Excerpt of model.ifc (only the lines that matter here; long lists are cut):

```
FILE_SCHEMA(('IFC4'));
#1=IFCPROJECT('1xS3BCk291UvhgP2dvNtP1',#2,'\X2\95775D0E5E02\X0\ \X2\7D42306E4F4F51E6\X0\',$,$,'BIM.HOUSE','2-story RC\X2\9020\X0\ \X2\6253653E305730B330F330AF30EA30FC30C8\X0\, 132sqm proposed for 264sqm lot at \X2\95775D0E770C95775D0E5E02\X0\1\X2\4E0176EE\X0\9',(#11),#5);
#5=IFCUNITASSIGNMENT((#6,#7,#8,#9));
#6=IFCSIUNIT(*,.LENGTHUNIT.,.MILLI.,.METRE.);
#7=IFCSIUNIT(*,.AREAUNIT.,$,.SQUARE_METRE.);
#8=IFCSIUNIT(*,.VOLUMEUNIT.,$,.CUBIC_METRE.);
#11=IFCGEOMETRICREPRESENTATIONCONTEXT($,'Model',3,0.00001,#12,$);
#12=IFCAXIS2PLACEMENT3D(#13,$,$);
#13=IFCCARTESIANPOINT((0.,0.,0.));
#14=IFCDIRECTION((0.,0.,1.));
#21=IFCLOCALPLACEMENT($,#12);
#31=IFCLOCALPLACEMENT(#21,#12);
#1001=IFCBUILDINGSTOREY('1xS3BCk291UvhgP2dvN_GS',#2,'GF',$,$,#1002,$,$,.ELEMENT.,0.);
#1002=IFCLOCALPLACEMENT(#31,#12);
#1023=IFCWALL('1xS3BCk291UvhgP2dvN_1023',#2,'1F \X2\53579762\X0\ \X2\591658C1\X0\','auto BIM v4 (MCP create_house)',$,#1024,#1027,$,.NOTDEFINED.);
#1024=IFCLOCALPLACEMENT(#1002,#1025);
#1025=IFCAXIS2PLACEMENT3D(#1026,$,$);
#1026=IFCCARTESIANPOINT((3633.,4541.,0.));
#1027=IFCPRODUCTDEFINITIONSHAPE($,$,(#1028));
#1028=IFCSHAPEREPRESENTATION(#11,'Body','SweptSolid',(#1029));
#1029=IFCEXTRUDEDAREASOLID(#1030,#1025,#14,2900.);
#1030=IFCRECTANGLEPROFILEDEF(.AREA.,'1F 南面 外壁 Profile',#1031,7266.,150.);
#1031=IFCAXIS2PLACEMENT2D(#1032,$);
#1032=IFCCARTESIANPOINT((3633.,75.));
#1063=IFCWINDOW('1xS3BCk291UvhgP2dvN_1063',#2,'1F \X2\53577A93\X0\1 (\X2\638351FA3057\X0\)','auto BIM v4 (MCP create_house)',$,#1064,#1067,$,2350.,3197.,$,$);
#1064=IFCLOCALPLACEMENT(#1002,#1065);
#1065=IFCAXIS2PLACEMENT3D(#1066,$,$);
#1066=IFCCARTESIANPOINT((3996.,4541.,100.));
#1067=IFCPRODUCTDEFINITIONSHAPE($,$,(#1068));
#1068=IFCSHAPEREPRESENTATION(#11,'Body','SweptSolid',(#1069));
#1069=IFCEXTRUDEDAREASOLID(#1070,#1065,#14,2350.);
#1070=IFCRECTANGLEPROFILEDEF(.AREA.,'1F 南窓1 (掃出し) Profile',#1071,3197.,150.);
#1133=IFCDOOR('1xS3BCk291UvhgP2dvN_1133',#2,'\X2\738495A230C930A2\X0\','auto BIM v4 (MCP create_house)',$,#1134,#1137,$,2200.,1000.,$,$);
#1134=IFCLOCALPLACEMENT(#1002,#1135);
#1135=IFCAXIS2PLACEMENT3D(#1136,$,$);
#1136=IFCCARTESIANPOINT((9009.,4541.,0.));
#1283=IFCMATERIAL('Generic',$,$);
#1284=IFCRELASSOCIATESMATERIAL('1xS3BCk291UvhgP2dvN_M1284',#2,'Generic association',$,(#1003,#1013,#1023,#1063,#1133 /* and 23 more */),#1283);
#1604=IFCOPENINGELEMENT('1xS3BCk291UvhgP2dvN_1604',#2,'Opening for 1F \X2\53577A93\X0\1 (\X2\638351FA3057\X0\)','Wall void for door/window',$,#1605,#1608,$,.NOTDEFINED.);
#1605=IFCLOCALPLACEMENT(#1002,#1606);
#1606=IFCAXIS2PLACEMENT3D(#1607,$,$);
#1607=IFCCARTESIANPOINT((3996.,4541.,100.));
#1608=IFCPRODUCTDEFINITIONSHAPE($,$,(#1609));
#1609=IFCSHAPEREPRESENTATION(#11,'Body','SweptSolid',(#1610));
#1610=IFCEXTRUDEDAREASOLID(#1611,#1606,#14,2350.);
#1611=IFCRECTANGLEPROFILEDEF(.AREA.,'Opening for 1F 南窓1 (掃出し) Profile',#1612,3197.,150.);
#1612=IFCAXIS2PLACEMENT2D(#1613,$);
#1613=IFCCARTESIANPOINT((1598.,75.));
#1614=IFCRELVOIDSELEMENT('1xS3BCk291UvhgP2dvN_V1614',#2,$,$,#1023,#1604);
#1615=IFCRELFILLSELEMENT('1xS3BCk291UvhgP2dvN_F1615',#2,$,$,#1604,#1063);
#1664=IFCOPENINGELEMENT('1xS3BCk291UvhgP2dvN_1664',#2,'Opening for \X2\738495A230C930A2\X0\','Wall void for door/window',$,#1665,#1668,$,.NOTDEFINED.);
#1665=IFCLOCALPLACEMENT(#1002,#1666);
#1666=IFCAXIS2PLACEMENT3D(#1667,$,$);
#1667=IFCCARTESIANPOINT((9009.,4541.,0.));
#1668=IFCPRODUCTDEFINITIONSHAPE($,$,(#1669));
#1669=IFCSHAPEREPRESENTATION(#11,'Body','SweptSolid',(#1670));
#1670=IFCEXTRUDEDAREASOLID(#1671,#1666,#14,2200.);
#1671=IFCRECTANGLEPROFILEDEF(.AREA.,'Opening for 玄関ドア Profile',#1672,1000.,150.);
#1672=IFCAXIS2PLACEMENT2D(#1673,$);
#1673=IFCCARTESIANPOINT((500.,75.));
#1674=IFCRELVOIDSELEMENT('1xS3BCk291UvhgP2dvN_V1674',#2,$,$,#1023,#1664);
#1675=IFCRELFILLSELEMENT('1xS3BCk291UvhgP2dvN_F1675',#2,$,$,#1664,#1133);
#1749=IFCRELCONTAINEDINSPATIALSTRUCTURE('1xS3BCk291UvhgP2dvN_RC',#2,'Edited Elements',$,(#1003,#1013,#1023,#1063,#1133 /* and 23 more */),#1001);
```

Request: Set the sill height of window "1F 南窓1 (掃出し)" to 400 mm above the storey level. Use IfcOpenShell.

```python
import numpy as np
import ifcopenshell
import ifcopenshell.api.geometry
import ifcopenshell.geom
import ifcopenshell.util.element
import ifcopenshell.util.placement
import ifcopenshell.util.shape
import ifcopenshell.util.unit

model = ifcopenshell.open("model.ifc")
unit_scale = ifcopenshell.util.unit.calculate_unit_scale(model)

window = model.by_guid("1xS3BCk291UvhgP2dvN_1063")
opening = window.FillsVoids[0].RelatingOpeningElement
storey = ifcopenshell.util.element.get_container(window, ifc_class="IfcBuildingStorey")
level = ifcopenshell.util.placement.get_local_placement(storey.ObjectPlacement)[2, 3]

# The opening's origin need not be at the sill, so measure its lowest point.
shape = ifcopenshell.geom.create_shape(ifcopenshell.geom.settings(), opening)
bottom = ifcopenshell.util.shape.get_shape_bottom_elevation(shape, shape.geometry) / unit_scale
dz = level + 400.0 - bottom

shift = np.array([0.0, 0.0, dz])
# The window is not placed relative to its opening, so move both.
for product in (opening, window):
    matrix = ifcopenshell.util.placement.get_local_placement(product.ObjectPlacement)
    matrix[:3, 3] += shift
    ifcopenshell.api.geometry.edit_object_placement(model, product=product, matrix=matrix, is_si=False)

print(f"moved by {dz * unit_scale:+.3f} m")

model.write("model_edited.ifc")
```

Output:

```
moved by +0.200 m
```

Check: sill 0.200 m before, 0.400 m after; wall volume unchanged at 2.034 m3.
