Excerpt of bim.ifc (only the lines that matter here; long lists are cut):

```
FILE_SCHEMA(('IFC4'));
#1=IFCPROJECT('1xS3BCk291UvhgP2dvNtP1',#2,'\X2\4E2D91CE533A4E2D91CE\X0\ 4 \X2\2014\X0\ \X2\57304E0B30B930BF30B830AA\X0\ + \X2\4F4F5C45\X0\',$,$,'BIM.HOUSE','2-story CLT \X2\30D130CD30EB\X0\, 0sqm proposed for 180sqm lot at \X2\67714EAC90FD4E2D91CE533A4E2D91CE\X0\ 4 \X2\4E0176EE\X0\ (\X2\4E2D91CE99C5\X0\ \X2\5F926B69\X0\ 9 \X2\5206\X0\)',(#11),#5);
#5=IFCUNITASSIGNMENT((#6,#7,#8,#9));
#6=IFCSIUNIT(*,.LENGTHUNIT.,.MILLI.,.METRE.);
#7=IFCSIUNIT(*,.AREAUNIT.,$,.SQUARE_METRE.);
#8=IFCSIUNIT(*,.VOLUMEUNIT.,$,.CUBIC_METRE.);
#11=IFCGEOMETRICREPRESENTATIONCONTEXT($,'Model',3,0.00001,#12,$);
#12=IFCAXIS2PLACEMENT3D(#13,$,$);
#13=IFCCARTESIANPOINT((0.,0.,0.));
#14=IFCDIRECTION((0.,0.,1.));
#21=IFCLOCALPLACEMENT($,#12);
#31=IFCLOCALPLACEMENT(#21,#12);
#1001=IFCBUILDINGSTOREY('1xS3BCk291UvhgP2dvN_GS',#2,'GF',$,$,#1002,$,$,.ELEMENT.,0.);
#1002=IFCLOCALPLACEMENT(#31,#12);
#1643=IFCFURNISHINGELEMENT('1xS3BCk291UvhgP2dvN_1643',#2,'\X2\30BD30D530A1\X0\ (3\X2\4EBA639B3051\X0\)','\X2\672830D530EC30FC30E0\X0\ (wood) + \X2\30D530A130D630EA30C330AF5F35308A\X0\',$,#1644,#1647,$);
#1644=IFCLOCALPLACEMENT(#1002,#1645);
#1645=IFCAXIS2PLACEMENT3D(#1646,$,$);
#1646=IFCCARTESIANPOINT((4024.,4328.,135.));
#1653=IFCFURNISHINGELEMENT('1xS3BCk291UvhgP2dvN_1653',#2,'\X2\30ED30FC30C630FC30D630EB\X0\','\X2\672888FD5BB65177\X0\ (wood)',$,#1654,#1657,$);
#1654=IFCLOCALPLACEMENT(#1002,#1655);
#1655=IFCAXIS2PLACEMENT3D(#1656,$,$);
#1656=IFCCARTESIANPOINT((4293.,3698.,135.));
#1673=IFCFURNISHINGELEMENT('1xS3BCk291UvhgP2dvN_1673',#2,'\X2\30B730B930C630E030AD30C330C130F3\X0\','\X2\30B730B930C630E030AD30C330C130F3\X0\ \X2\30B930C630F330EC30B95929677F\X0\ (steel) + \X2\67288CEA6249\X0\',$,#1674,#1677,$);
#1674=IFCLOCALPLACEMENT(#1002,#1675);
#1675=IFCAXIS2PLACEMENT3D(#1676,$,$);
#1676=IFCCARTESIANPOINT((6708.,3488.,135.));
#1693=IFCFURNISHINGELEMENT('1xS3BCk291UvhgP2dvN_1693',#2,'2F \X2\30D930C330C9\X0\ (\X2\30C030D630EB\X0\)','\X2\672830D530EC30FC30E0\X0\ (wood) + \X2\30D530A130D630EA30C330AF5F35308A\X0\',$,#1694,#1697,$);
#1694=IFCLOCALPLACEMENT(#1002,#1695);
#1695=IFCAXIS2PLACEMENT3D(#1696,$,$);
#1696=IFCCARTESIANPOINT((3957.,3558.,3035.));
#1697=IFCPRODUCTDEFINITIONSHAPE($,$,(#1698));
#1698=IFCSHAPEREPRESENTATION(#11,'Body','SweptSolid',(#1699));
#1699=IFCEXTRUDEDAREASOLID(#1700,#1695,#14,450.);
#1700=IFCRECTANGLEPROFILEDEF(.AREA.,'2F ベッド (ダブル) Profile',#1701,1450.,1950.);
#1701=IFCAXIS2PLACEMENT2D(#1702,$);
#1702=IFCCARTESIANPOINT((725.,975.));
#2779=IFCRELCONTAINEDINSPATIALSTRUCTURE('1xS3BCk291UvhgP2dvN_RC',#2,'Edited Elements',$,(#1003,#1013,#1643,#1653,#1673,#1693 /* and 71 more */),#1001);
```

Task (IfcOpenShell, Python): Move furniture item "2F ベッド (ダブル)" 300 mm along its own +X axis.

```python
import ifcopenshell
import ifcopenshell.api.geometry
import ifcopenshell.util.placement

model = ifcopenshell.open("bim.ifc")

item = model.by_guid("1xS3BCk291UvhgP2dvN_1693")
matrix = ifcopenshell.util.placement.get_local_placement(item.ObjectPlacement)
matrix[:3, 3] += matrix[:3, 0] * 300.0
ifcopenshell.api.geometry.edit_object_placement(model, product=item, matrix=matrix, is_si=False)

print(ifcopenshell.util.placement.get_local_placement(item.ObjectPlacement).round(3) + 0.0)

model.write("bim_updated.ifc")
```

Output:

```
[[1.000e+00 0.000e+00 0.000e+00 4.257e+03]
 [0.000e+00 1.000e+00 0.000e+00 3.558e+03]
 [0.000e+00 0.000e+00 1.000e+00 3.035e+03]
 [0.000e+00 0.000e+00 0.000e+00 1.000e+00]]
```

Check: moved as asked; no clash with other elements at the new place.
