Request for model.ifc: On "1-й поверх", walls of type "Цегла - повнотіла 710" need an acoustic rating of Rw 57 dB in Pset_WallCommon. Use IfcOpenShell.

First a look at what the model holds.

```python
import ifcopenshell
import ifcopenshell.util.element

model = ifcopenshell.open("model.ifc")
print(model.schema)
storey = next(s for s in model.by_type("IfcBuildingStorey") if s.Name == "1-й поверх")
walls = [e for e in ifcopenshell.util.element.get_decomposition(storey) if e.is_a("IfcWall")]
seen = {}
for e in walls:
    element_type = ifcopenshell.util.element.get_type(e)
    key = (element_type.Name if element_type != e and element_type else None, ifcopenshell.util.element.get_pset(e, "Pset_WallCommon", "AcousticRating"))
    seen[key] = seen.get(key, 0) + 1
for (name, value), count in sorted(seen.items(), key=str):
    print(count, "x", name, "|", value)
```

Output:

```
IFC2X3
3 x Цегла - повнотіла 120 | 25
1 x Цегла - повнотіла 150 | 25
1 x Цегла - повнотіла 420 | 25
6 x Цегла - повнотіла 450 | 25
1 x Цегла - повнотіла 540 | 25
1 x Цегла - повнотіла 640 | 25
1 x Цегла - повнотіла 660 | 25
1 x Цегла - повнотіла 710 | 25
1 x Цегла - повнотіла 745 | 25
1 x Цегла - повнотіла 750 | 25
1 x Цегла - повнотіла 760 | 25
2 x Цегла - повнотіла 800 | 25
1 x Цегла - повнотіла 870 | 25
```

```python
import ifcopenshell
import ifcopenshell.api.pset
import ifcopenshell.util.element

model = ifcopenshell.open("model.ifc")

storey = next(s for s in model.by_type("IfcBuildingStorey") if s.Name == "1-й поверх")
walls = [e for e in ifcopenshell.util.element.get_decomposition(storey) if e.is_a("IfcWall")]

count = 0
for e in walls:
    element_type = ifcopenshell.util.element.get_type(e)
    if element_type in (None, e) or element_type.Name != "Цегла - повнотіла 710":
        continue
    # add_pset returns the element's existing set when there is one.
    pset = ifcopenshell.api.pset.add_pset(model, product=e, name="Pset_WallCommon")
    ifcopenshell.api.pset.edit_pset(model, pset=pset, properties={"AcousticRating": "Rw 57 dB"})
    count += 1

print(count, "walls updated")

model.write("model_rev.ifc")
```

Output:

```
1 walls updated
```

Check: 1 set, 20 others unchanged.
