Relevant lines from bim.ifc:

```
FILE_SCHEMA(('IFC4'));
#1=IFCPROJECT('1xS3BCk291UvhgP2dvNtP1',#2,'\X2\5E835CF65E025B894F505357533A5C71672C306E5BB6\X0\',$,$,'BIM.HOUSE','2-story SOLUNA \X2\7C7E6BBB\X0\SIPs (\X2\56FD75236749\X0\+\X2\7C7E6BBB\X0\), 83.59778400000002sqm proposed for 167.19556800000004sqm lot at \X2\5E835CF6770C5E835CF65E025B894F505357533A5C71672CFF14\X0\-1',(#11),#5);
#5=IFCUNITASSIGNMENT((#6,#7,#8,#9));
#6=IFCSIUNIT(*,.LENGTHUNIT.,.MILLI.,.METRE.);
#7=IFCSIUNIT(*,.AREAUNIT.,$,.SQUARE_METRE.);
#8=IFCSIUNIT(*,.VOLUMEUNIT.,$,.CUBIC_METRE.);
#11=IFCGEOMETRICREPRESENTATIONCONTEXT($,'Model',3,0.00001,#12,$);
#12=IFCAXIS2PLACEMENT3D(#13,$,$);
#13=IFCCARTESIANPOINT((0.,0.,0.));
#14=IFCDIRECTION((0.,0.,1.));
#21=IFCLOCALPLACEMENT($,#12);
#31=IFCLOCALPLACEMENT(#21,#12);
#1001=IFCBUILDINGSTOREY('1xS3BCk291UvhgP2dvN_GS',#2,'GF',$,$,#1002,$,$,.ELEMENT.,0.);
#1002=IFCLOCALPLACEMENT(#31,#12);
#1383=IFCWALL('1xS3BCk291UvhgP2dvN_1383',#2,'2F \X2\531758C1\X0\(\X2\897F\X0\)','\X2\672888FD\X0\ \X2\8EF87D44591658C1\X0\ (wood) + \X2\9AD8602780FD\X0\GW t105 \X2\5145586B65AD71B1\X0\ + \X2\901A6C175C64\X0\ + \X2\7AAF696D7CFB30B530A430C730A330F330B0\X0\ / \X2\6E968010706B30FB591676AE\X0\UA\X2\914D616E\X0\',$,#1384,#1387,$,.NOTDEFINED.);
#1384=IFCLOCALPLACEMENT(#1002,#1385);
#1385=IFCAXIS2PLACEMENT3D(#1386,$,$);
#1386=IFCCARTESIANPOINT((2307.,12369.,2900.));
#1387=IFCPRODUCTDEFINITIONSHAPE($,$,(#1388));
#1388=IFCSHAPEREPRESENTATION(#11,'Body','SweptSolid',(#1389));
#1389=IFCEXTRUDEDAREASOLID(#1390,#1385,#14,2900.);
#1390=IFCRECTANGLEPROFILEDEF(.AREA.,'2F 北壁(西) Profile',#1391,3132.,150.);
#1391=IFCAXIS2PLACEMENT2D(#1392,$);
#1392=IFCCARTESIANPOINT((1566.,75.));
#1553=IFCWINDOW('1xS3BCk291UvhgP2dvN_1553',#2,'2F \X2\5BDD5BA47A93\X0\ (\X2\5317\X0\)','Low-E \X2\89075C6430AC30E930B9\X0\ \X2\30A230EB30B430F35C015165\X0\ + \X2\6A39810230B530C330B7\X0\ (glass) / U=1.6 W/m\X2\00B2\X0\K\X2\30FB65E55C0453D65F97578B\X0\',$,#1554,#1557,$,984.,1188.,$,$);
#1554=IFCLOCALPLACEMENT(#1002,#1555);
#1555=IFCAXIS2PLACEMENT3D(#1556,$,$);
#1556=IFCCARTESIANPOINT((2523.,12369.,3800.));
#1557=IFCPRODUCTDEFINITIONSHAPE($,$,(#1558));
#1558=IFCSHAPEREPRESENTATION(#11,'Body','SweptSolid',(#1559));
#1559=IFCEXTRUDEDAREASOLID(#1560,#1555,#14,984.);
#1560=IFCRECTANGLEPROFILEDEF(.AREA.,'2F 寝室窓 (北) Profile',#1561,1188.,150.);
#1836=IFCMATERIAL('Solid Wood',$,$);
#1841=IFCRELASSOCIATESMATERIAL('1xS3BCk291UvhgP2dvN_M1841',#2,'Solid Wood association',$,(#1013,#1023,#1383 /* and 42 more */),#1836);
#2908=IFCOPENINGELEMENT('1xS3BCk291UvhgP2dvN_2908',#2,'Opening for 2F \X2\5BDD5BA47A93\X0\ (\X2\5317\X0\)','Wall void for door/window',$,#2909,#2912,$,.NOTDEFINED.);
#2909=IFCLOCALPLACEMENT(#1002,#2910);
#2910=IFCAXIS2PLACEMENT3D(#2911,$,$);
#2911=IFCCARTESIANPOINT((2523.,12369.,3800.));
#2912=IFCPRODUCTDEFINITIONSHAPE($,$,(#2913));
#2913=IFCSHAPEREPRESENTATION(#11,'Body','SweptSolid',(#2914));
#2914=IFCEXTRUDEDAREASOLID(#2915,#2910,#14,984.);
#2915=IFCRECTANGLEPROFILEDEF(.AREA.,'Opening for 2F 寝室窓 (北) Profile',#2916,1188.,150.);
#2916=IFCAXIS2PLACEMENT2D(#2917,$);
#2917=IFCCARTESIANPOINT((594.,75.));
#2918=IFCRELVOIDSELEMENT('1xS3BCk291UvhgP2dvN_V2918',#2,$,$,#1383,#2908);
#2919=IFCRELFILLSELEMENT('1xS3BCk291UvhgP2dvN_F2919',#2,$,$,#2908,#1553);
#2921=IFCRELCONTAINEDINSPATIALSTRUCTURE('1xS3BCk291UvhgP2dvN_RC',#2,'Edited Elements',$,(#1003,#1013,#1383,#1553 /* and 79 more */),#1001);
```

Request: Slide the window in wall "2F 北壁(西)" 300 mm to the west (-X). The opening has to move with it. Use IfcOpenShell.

```python
import ifcopenshell
import ifcopenshell.api.geometry
import ifcopenshell.util.placement

model = ifcopenshell.open("bim.ifc")

window = model.by_guid("1xS3BCk291UvhgP2dvN_1553")
opening = window.FillsVoids[0].RelatingOpeningElement
wall = opening.VoidsElements[0].RelatingBuildingElement

wall_matrix = ifcopenshell.util.placement.get_local_placement(wall.ObjectPlacement)
shift = wall_matrix[:3, 0] * -300.0
before = ifcopenshell.util.placement.get_local_placement(window.ObjectPlacement)[:3, 3].copy()

# The window is not placed relative to its opening, so move both.
for product in (opening, window):
    matrix = ifcopenshell.util.placement.get_local_placement(product.ObjectPlacement)
    matrix[:3, 3] += shift
    ifcopenshell.api.geometry.edit_object_placement(model, product=product, matrix=matrix, is_si=False)

after = ifcopenshell.util.placement.get_local_placement(window.ObjectPlacement)[:3, 3]
print("window moved by", (after - before).round(3) + 0.0)

model.write("bim_edited.ifc")
```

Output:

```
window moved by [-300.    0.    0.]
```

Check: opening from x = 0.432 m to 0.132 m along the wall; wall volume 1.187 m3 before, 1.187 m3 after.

________________________

_Work request:_ This task calls for each line of the material that contains "SweptSolid".

_Your response:_
#1028=IFCSHAPEREPRESENTATION(#11,'Body','SweptSolid',(#1029));
#1068=IFCSHAPEREPRESENTATION(#11,'Body','SweptSolid',(#1069));
#1609=IFCSHAPEREPRESENTATION(#11,'Body','SweptSolid',(#1610));
#1669=IFCSHAPEREPRESENTATION(#11,'Body','SweptSolid',(#1670));
#1698=IFCSHAPEREPRESENTATION(#11,'Body','SweptSolid',(#1699));
#1388=IFCSHAPEREPRESENTATION(#11,'Body','SweptSolid',(#1389));
#1558=IFCSHAPEREPRESENTATION(#11,'Body','SweptSolid',(#1559));
#2913=IFCSHAPEREPRESENTATION(#11,'Body','SweptSolid',(#2914));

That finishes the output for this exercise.